The reality, however, is that most hospitals have invested heavily in on-premise data storage and server rooms, including hardware and software licences, in the relatively recent past. They have factored annual maintenance and infrastructure support costs into their capex and opex models. Despite the clear benefits of public cloud migration, some hospitals are understandably keen to maximise the shelf life of costly IT installations. Migration costs and disruption, and the development of additional network infrastructure, are also significant barriers in terms of transition. For some hospitals, it could take a decade or more to make the switch. In some cases, in the early stages of this process, hospitals are migrating to private cloud installations run by Epic and Cerner hosting their own EHRs, which are seen as more secure. A hybrid cloud model is also a potential intermediate step.
There are justified concerns over breaches of highly sensitive Personal Health Information (PHI). Such incidences have previously strained relationships between EHR vendors and Big Tech. However, public cloud vendors invest billions each year on data centre security, many times more than a healthcare provider. Consequently, public cloud provides a more secure environment than on-premise.
Off-premise EHR also raises the prospect of data latency, especially with regards to the storage of memory-intensive documents. And, finally, there are regulatory hurdles to public cloud migration. Some countries prohibit hospitals from storing patient information on the cloud. Others have data sovereignty laws which prohibit patient data being stored outside the country. This is an issue in regions such as the EU.

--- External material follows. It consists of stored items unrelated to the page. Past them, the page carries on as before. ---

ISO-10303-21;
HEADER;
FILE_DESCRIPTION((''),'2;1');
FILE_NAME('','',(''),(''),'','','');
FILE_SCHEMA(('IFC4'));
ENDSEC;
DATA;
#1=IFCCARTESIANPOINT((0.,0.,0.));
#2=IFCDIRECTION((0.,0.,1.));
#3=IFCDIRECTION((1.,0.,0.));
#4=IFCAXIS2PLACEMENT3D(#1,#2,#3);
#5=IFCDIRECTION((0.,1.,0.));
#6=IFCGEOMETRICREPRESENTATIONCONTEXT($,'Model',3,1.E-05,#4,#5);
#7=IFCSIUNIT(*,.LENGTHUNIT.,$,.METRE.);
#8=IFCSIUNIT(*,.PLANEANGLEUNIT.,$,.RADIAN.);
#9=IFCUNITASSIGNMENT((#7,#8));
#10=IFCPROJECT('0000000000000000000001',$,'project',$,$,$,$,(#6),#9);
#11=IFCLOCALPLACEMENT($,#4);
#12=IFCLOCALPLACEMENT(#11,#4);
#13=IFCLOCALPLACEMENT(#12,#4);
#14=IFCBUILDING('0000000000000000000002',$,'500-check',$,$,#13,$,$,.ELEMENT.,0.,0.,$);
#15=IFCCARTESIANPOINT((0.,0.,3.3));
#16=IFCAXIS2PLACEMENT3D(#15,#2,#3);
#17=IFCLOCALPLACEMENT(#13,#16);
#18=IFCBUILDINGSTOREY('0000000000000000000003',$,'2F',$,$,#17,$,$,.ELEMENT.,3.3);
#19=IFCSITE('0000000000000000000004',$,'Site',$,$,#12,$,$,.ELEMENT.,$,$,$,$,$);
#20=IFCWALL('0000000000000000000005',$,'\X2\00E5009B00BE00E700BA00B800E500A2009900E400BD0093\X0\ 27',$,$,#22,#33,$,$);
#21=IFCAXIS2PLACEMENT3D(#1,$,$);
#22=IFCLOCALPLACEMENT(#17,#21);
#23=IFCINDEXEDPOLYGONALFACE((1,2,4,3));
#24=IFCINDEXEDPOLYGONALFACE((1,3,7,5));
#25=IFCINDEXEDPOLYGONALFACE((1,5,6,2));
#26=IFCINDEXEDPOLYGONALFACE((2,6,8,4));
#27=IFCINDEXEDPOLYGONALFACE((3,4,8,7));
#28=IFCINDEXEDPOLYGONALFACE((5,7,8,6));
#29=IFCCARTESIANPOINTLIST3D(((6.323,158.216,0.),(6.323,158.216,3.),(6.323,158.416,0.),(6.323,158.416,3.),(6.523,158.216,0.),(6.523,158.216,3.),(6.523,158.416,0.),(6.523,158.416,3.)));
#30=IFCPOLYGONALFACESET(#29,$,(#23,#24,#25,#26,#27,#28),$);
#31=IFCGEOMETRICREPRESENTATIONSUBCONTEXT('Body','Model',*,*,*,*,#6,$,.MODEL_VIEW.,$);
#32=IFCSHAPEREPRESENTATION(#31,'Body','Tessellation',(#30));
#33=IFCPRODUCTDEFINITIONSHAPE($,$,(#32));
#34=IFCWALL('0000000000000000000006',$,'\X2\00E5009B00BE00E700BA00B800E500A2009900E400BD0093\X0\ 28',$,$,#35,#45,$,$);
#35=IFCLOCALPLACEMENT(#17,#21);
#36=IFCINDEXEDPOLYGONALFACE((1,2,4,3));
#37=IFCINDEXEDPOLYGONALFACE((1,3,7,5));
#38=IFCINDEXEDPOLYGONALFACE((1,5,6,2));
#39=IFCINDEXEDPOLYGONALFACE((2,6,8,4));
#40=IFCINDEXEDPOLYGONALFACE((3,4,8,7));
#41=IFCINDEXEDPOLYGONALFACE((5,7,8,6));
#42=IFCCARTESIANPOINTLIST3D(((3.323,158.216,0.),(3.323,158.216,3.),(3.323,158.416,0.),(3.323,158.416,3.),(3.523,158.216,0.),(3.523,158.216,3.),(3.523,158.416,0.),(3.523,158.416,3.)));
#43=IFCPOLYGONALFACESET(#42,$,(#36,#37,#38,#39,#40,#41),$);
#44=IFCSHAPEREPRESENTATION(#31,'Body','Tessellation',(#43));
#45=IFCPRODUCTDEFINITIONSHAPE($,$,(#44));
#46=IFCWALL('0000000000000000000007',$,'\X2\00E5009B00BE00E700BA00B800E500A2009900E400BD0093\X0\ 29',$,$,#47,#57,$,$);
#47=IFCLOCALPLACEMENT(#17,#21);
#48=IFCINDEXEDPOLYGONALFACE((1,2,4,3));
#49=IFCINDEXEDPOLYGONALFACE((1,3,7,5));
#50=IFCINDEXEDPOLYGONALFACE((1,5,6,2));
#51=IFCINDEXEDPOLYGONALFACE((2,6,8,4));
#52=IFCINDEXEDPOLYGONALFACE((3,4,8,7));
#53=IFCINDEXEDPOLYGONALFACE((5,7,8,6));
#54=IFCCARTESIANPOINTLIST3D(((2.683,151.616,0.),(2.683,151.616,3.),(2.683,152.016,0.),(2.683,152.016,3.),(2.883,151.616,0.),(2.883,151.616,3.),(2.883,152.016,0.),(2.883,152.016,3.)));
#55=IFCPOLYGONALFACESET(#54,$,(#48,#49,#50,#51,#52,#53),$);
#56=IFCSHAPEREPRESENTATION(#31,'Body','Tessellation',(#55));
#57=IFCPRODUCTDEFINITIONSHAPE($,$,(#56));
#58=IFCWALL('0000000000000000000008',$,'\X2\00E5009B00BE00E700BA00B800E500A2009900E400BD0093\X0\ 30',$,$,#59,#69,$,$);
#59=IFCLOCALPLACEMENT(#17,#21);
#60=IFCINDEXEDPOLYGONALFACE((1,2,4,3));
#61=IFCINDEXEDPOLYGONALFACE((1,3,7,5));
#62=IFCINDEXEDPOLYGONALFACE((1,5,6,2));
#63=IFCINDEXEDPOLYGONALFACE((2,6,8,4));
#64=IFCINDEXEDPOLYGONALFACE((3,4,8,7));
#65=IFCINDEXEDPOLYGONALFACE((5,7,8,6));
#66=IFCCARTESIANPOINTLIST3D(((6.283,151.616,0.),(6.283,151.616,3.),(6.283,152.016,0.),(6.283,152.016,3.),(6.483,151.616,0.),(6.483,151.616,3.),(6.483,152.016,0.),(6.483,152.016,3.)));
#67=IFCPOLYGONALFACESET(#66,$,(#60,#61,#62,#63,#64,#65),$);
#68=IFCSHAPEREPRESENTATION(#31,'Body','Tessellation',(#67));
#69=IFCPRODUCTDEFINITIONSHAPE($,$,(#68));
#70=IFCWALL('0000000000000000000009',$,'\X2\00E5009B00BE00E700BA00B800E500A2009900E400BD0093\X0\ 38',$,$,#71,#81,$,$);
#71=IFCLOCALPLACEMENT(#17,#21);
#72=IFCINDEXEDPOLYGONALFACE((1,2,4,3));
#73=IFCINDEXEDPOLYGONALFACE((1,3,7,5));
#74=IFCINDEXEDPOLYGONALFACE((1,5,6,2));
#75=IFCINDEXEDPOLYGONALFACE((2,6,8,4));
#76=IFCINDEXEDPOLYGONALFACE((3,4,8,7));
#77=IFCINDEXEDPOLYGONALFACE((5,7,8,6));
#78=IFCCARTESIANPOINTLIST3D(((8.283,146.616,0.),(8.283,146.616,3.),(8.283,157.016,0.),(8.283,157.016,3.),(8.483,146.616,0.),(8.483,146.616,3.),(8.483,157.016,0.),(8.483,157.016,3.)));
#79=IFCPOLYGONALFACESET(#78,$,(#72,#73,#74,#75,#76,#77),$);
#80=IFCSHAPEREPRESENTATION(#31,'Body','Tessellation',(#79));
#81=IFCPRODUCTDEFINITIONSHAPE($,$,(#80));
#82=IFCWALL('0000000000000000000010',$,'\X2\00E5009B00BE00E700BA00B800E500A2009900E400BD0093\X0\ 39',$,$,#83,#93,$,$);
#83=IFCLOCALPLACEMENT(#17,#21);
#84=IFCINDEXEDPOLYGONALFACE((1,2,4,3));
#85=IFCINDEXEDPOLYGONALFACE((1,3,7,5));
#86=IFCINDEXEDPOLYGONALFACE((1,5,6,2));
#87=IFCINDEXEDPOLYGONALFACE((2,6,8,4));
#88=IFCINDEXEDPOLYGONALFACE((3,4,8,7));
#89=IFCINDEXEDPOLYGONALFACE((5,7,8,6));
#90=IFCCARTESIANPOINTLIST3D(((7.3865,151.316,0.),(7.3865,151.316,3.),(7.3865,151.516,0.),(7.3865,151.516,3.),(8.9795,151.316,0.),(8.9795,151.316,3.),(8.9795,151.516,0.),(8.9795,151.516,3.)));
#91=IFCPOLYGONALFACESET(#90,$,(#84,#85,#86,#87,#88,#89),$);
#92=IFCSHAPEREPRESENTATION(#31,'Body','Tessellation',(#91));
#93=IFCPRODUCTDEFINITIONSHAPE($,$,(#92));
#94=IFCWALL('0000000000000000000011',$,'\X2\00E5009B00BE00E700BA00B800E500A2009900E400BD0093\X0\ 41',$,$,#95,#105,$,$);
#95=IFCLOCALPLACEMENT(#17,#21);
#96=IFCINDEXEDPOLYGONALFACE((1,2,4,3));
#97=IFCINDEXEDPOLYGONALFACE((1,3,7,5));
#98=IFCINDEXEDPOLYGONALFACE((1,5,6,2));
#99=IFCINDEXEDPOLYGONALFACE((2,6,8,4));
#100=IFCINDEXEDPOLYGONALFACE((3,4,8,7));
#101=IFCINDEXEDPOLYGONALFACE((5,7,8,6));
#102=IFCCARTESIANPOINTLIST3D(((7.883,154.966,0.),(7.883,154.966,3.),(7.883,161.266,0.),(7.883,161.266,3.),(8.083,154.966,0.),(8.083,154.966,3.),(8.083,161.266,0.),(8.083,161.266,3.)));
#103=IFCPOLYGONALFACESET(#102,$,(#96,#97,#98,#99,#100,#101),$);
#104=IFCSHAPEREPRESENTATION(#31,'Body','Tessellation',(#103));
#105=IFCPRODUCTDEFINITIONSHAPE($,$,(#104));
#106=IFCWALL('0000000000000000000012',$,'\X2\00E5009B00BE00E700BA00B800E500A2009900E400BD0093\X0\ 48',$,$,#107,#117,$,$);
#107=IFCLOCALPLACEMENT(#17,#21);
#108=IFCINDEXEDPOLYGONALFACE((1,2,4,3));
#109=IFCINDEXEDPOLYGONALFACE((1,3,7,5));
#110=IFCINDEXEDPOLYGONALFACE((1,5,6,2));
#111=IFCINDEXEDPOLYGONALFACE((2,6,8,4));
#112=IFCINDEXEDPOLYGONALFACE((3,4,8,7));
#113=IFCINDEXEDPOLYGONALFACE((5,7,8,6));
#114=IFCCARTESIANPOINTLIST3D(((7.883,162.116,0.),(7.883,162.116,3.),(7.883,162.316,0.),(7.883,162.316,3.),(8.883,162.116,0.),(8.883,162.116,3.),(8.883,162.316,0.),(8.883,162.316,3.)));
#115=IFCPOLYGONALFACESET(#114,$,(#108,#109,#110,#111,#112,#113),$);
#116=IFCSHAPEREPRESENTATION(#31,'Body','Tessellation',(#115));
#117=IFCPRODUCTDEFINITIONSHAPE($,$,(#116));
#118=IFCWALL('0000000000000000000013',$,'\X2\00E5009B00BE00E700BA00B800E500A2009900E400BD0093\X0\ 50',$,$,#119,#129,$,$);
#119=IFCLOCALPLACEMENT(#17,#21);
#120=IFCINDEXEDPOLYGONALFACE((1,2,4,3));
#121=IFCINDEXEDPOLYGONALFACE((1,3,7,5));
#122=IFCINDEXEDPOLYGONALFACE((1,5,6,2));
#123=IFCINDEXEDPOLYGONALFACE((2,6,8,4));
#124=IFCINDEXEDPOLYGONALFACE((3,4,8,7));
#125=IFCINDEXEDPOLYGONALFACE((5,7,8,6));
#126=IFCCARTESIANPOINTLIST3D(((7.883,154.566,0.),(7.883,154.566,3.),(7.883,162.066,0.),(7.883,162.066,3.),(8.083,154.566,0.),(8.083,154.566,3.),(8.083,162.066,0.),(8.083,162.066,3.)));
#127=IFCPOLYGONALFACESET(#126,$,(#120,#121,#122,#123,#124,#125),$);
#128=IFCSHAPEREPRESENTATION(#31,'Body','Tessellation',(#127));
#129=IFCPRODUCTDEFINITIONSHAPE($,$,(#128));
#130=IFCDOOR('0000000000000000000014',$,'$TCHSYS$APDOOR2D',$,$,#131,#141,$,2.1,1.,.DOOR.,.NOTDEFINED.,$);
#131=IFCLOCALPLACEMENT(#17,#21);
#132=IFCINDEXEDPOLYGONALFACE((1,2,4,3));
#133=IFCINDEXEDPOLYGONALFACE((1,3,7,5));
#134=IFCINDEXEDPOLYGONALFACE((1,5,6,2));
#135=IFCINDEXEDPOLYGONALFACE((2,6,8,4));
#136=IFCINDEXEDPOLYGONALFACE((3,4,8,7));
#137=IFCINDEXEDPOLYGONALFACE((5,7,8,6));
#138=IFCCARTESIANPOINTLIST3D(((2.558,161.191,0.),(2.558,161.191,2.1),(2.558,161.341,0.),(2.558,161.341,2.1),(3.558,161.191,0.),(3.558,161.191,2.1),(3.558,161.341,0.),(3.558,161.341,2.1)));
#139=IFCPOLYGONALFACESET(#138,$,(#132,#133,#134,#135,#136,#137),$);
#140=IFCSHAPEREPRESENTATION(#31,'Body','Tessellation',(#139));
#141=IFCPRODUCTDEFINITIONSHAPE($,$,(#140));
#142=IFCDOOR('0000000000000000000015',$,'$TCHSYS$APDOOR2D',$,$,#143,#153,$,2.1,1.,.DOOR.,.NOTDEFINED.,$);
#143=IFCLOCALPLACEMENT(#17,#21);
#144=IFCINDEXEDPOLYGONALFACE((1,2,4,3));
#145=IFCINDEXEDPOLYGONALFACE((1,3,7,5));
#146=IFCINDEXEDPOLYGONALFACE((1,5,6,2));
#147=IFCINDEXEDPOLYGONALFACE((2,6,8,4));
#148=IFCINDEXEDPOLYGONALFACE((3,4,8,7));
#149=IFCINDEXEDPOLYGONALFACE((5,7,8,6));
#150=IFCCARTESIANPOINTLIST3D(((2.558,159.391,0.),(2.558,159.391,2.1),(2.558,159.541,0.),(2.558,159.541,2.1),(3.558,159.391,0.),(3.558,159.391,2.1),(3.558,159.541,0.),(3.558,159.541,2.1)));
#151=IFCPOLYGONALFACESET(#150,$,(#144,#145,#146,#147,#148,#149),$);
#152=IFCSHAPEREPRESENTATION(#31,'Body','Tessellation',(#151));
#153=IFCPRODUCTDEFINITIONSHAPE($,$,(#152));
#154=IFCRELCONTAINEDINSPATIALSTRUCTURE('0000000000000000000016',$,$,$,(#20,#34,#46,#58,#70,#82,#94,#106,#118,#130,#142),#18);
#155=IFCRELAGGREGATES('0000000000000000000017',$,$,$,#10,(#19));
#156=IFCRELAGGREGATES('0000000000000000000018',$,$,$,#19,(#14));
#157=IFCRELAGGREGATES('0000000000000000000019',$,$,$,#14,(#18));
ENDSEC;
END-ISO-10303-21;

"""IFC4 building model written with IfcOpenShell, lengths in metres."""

from ifc_helpers import new_model, si_unit, direction, frame, frame_2d, origin_with_axes, place, context, subcontext, project, spatial, rectangle, extrude, element, save


model = new_model("IFC4")

# Units and contexts
model_context = context("Model", 3, precision=1e-05, world=origin_with_axes(), true_north=direction((0.0, 1.0, 0.0)))
body_context = subcontext(model_context, "Body", "Model", "MODEL_VIEW")
ifc_project = project(units=[si_unit("LENGTHUNIT", "METRE"), si_unit("PLANEANGLEUNIT", "RADIAN")], contexts=[model_context])

# Site, building, storey
placement = place(None, origin_with_axes())
site_placement = place(placement, origin_with_axes())
site = spatial("IfcSite", under=ifc_project, at=site_placement, Name="Site", CompositionType="ELEMENT")
building_placement = place(site_placement, origin_with_axes())
building = spatial("IfcBuilding", under=site, at=building_placement, Name="500-check", CompositionType="ELEMENT", ElevationOfRefHeight=0.0, ElevationOfTerrain=0.0)
storey_placement = place(building_placement, frame((0.0, 0.0, 3.3), z_axis=(0.0, 0.0, 1.0), x_axis=(1.0, 0.0, 0.0)))
storey = spatial("IfcBuildingStorey", under=building, at=storey_placement, Name="2F", CompositionType="ELEMENT", Elevation=3.3)

# Walls
for number, where, z_axis, x_axis, name in (
    (1, (6.423, 158.316, 0.0), (0.0, 0.0, 1.0), (0.0, -1.0, 0.0), "å\u009b¾çº¸å¢\u0099ä½\u0093 27"),
    (2, (3.423, 158.316, 0.0), (0.0, 0.0, 1.0), (0.0, -1.0, 0.0), "å\u009b¾çº¸å¢\u0099ä½\u0093 28"),
):
    element("IfcWall", number, at=place(storey_placement, frame(where, z_axis=z_axis, x_axis=x_axis)), inside=storey, Name=name, context=body_context, shape_type="SweptSolid", body=[
        extrude(rectangle(XDim=0.2, YDim=0.2, at=frame_2d((0.0, 0.0), x_axis=(1.0, 0.0, 0.0))), frame((0.0, 0.0, 0.0), z_axis=(0.0, 0.0, 1.0)), (0.0, 0.0, 1.0), 3.0),
    ])
for number, where, z_axis, x_axis, name in (
    (3, (2.783, 151.816, 0.0), (0.0, 0.0, 1.0), (0.0, -1.0, 0.0), "å\u009b¾çº¸å¢\u0099ä½\u0093 29"),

However, changes in IT procurement and provider organisational structures, along with the advantages outlined earlier, are expected to counter these barriers. The growth of hospital networks and IDNs in the US, and regional procurement organisations in international markets (e g GHTs in France, ICSs in the UK and ACO-type health clusters in Saudi Arabia), mean that IT procurement and decision making is becoming increasingly centralised (around CIOs/CEOs or regional governments), and adoption planned from a healthcare network perspective, instead of an individual hospital perspective. This will have a positive impact in bringing cloud adoption to scale.
Coming of Age
A new era is dawning for hospital IT. The power struggles between EHR vendors and the tech giants which have flared up in recent years are being replaced by a more collaborative approach. This is illustrated not only in this month’s Epic-Google Cloud tie-up, but also an agreement last month between AWS and Dedalus which will see Dedalus customers access a range of cloud services including disaster recovery and improved security. Currently, AWS hosts Dedalus EHR solutions for more than 50 hospitals in the UK, with more migrations planned next year and in 2024.
These partnerships promise to accelerate public cloud adoption, reducing costs and improving patient outcomes for hospitals, and opening up new markets and revenue pathways for the likes of Google Cloud and Epic, and AWS and Dedalus. The public cloud providers will become an increasingly important conduit for IT vendors delivering software to provider and payer organisations.
Public cloud EHR migration is, however, complex and time intensive. It will require a change of mindsets before the benefits truly kick in across the public cloud ecosystem.